On 01/01/2012 08:01 PM, Chad J wrote:
On 01/01/2012 10:39 AM, Timon Gehr wrote:
On 01/01/2012 04:13 PM, Chad J wrote:
On 01/01/2012 07:59 AM, Timon Gehr wrote:
On 01/01/2012 05:53 AM, Chad J wrote:
If you haven't been educated about unicode or how D handles it, you
might write this:
char[] str;
... load str ...
for ( int i = 0; i< str.length; i++ )
{
font.render(str[i]); // Ewww.
...
}
That actually looks like a bug that might happen in real world code.
What is the signature of font.render?
In my mind it's defined something like this:
class Font
{
...
/** Render the given code point at
the current (x,y) cursor position. */
void render( dchar c )
{
...
}
}
(Of course I don't know minute details like where the "cursor position"

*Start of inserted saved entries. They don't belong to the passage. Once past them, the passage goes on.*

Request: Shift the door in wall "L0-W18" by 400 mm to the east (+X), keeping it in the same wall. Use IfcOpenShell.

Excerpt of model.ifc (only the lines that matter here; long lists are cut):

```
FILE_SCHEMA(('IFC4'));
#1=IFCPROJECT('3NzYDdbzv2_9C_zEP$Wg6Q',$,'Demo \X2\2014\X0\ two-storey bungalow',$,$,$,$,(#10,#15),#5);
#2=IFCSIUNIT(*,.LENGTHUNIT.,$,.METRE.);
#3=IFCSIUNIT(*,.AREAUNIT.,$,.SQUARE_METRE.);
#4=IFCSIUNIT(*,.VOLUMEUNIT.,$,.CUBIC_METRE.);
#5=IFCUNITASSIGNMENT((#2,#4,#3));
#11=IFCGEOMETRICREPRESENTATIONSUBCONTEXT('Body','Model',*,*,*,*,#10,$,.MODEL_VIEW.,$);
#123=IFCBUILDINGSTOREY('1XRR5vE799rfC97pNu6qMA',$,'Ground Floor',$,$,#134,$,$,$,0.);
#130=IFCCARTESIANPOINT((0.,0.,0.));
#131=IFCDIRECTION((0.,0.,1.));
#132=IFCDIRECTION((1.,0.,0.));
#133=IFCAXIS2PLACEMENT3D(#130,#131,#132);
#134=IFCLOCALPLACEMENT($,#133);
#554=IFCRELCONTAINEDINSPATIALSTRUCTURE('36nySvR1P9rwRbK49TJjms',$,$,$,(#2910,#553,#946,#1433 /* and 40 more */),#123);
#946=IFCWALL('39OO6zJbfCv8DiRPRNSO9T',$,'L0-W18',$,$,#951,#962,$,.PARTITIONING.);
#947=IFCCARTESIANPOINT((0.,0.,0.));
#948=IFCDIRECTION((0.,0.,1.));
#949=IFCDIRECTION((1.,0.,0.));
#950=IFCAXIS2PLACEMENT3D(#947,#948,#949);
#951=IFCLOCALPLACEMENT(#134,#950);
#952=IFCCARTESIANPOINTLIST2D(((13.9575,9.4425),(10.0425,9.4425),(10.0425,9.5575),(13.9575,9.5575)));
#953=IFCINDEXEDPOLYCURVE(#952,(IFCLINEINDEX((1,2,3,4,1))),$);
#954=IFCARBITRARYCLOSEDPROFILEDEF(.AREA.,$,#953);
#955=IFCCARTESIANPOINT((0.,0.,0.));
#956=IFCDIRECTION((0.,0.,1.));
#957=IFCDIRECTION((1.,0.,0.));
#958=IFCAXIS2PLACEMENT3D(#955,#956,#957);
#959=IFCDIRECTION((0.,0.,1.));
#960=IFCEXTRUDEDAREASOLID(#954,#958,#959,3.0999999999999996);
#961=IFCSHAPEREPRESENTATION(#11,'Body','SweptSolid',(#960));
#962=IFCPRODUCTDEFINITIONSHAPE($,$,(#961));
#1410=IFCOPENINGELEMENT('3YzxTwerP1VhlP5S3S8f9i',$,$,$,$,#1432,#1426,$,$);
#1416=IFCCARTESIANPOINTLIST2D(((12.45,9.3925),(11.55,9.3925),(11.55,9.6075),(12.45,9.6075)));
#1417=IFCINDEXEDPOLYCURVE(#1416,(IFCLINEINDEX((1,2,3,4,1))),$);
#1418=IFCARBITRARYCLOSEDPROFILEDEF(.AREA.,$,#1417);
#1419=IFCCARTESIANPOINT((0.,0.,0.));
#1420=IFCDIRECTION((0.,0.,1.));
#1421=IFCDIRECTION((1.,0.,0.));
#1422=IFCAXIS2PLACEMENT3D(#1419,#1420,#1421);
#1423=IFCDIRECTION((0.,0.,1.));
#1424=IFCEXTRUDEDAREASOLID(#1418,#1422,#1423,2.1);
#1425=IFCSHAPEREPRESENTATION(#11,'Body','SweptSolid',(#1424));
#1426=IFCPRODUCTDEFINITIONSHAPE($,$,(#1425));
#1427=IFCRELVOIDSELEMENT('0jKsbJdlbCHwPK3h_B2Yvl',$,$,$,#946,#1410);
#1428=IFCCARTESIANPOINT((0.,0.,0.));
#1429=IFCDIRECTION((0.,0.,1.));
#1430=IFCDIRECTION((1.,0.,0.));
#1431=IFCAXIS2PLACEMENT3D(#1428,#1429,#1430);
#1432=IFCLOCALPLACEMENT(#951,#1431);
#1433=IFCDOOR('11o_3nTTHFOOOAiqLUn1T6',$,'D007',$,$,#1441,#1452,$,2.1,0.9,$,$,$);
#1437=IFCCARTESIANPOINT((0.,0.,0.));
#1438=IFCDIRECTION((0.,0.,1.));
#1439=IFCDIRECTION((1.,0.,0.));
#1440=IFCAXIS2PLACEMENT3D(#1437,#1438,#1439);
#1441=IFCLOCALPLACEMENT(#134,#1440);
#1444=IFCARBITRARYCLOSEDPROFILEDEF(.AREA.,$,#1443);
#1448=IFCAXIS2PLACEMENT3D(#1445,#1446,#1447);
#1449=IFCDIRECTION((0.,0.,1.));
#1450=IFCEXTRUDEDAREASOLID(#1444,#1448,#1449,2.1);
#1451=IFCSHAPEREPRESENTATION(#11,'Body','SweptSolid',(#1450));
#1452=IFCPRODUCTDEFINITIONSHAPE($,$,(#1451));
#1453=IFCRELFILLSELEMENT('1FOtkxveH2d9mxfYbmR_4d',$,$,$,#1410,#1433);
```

```python
import ifcopenshell
import ifcopenshell.api.geometry
import ifcopenshell.util.placement

model = ifcopenshell.open("model.ifc")

door = model.by_guid("11o_3nTTHFOOOAiqLUn1T6")
opening = door.FillsVoids[0].RelatingOpeningElement
wall = opening.VoidsElements[0].RelatingBuildingElement

wall_matrix = ifcopenshell.util.placement.get_local_placement(wall.ObjectPlacement)
shift = wall_matrix[:3, 0] * 0.4
before = ifcopenshell.util.placement.get_local_placement(door.ObjectPlacement)[:3, 3].copy()

# The door is not placed relative to its opening, so move both.
for product in (opening, door):
    matrix = ifcopenshell.util.placement.get_local_placement(product.ObjectPlacement)
    matrix[:3, 3] += shift
    ifcopenshell.api.geometry.edit_object_placement(model, product=product, matrix=matrix, is_si=False)

after = ifcopenshell.util.placement.get_local_placement(door.ObjectPlacement)[:3, 3]
print("door moved by", (after - before).round(3) + 0.0)

model.write("model_rev.ifc")
```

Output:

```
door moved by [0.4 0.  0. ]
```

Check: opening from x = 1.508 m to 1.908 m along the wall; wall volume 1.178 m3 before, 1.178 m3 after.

comes from, but I figure it doesn't matter.)
I probably wrote some code like that loop a very long time ago, but I
probably don't have that code around anymore, or at least not easily
findable.
I think the main issue here is that char implicitly converts to dchar:
This is an implicit reinterpret-cast that is nonsensical if the
character is outside the ascii-range.
I agree.
Perhaps the compiler should insert a check on the 8th bit in cases like
these?
I suppose it's possible someone could declare a bunch of individual
char's and then start manipulating code units that way, and such an 8th
bit check could thwart those manipulations, but I would also counter
that such low manipulations should be done on ubyte's instead.

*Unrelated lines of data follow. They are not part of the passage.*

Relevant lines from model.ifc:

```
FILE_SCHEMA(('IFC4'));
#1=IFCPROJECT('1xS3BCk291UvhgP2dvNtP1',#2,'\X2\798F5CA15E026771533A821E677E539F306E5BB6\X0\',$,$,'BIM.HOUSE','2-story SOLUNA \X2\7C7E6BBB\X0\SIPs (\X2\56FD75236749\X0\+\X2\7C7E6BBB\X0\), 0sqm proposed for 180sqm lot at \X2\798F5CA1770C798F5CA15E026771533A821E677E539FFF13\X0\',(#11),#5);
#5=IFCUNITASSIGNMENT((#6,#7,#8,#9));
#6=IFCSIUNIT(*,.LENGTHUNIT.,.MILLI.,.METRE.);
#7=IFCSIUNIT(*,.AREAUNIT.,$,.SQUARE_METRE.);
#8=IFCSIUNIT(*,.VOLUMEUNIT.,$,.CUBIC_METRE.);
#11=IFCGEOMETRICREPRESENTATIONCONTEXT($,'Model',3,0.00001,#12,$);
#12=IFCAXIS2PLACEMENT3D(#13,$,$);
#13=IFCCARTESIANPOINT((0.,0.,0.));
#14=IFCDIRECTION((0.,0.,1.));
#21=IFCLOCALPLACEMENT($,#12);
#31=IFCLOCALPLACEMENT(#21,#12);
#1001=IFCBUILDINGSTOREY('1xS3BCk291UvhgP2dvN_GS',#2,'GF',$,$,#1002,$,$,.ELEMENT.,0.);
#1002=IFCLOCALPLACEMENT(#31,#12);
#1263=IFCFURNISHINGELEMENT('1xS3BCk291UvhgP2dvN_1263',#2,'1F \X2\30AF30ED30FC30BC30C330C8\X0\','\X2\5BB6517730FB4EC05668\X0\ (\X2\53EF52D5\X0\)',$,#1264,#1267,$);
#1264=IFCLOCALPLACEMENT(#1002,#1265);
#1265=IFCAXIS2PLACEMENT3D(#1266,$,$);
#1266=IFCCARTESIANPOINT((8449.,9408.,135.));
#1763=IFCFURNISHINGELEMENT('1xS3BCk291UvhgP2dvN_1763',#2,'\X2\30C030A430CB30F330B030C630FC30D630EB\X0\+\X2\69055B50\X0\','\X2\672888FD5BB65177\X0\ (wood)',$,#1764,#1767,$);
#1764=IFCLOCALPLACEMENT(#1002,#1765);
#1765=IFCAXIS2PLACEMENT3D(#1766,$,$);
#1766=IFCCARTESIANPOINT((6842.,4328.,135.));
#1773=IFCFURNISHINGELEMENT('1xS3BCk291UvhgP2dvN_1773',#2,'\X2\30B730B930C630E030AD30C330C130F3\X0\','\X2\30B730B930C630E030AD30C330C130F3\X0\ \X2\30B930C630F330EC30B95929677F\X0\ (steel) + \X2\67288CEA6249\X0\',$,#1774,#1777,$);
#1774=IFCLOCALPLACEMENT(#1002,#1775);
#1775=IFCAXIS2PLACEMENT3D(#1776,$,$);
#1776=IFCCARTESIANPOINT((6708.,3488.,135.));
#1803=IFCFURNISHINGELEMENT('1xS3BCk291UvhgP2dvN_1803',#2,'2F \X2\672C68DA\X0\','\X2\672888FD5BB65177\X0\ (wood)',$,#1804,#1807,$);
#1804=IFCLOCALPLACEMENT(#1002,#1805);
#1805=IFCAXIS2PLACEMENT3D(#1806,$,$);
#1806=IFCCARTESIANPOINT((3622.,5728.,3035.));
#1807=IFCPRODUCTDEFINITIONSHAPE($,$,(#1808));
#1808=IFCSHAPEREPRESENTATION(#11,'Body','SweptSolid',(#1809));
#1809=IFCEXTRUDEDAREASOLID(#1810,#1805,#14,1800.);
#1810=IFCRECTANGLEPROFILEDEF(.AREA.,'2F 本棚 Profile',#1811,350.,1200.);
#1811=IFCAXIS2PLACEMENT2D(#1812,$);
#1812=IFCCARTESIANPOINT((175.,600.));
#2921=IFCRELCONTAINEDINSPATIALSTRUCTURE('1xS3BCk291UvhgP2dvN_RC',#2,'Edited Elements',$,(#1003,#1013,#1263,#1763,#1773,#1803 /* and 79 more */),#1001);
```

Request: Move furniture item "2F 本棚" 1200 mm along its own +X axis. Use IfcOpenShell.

```python
import ifcopenshell
import ifcopenshell.api.geometry
import ifcopenshell.util.placement
import ifcopenshell.util.unit

model = ifcopenshell.open("model.ifc")
unit_scale = ifcopenshell.util.unit.calculate_unit_scale(model)

item = model.by_id(1803)
matrix = ifcopenshell.util.placement.get_local_placement(item.ObjectPlacement)
matrix[:3, 3] += matrix[:3, 0] * 1.2 / unit_scale
ifcopenshell.api.geometry.edit_object_placement(model, product=item, matrix=matrix, is_si=False)

print(ifcopenshell.util.placement.get_local_placement(item.ObjectPlacement).round(3) + 0.0)

model.write("model-out.ifc")
```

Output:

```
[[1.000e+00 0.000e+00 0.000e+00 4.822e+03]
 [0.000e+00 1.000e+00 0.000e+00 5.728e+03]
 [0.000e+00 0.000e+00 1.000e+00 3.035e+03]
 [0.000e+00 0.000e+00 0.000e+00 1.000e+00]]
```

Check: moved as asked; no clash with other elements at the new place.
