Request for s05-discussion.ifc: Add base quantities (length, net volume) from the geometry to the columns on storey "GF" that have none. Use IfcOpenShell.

First a look at what the model holds.

```python
import ifcopenshell
import ifcopenshell.util.element
import ifcopenshell.util.unit

model = ifcopenshell.open("s05-discussion.ifc")
print(model.schema)
for unit_type in ("LENGTHUNIT", "AREAUNIT", "VOLUMEUNIT"):
    print(unit_type, ifcopenshell.util.unit.calculate_unit_scale(model, unit_type))
storey = next(s for s in model.by_type("IfcBuildingStorey") if s.Name == "GF")
columns = [e for e in ifcopenshell.util.element.get_decomposition(storey) if e.is_a("IfcColumn")]
for e in sorted(columns, key=lambda e: e.id()):
    print(e.id(), e.is_a(), e.Name, list(ifcopenshell.util.element.get_psets(e, qtos_only=True)), sep=" | ")
```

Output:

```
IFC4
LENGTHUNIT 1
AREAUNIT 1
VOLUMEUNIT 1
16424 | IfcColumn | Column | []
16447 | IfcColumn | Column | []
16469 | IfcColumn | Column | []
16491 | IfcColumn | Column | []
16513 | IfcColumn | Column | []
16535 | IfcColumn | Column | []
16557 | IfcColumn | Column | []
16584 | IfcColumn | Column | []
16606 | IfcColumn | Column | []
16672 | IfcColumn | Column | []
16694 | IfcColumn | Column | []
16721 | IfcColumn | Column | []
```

```python
import ifcopenshell
import ifcopenshell.api.pset
import ifcopenshell.geom
import ifcopenshell.util.element
import ifcopenshell.util.shape
import ifcopenshell.util.unit

model = ifcopenshell.open("s05-discussion.ifc")
unit_scale = ifcopenshell.util.unit.calculate_unit_scale(model)
volume_scale = ifcopenshell.util.unit.calculate_unit_scale(model, "VOLUMEUNIT")
settings = ifcopenshell.geom.settings()

storey = next(s for s in model.by_type("IfcBuildingStorey") if s.Name == "GF")
columns = [e for e in ifcopenshell.util.element.get_decomposition(storey) if e.is_a("IfcColumn")]

for e in sorted(columns, key=lambda e: e.id()):
    if ifcopenshell.util.element.get_psets(e, qtos_only=True, should_inherit=False):
        continue
    # Geometry comes back in metres, in the element's own axes.
    shape = ifcopenshell.geom.create_shape(settings, e)
    values = {
        "Length": ifcopenshell.util.shape.get_z(shape.geometry) / unit_scale,
        "NetVolume": ifcopenshell.util.shape.get_volume(shape.geometry) / volume_scale,
    }
    qto = ifcopenshell.api.pset.add_qto(model, product=e, name="Qto_ColumnBaseQuantities")
    ifcopenshell.api.pset.edit_qto(model, qto=qto, properties=values)
    print(e.id(), {k: round(v, 3) for k, v in values.items()})

model.write("s05-discussion_edited.ifc")
```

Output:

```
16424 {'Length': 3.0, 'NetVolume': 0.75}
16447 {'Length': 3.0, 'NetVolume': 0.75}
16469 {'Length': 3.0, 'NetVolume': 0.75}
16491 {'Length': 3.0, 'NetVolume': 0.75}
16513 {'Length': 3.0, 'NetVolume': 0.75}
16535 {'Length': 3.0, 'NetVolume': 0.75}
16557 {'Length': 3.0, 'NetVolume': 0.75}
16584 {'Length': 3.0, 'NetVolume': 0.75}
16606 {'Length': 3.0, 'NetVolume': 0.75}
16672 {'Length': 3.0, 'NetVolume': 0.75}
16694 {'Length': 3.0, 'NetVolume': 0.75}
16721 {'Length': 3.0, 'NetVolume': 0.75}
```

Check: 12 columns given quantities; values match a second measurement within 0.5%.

I don't know how much this would help though. Seems like too little,
too late.
I think the conversion char -> dchar should just require an explicit
cast. The runtime check is better left to std.conv.to;
The bigger problem is that a char is being taken from a char[] and
thereby loses its context as (potentially) being part of a larger
codepoint.
If it is part of a larger code point, then it has its highest bit set.
Any individual char that has its highest bit set does not carry a
character on its own. If it is not set, then it is a single ASCII character.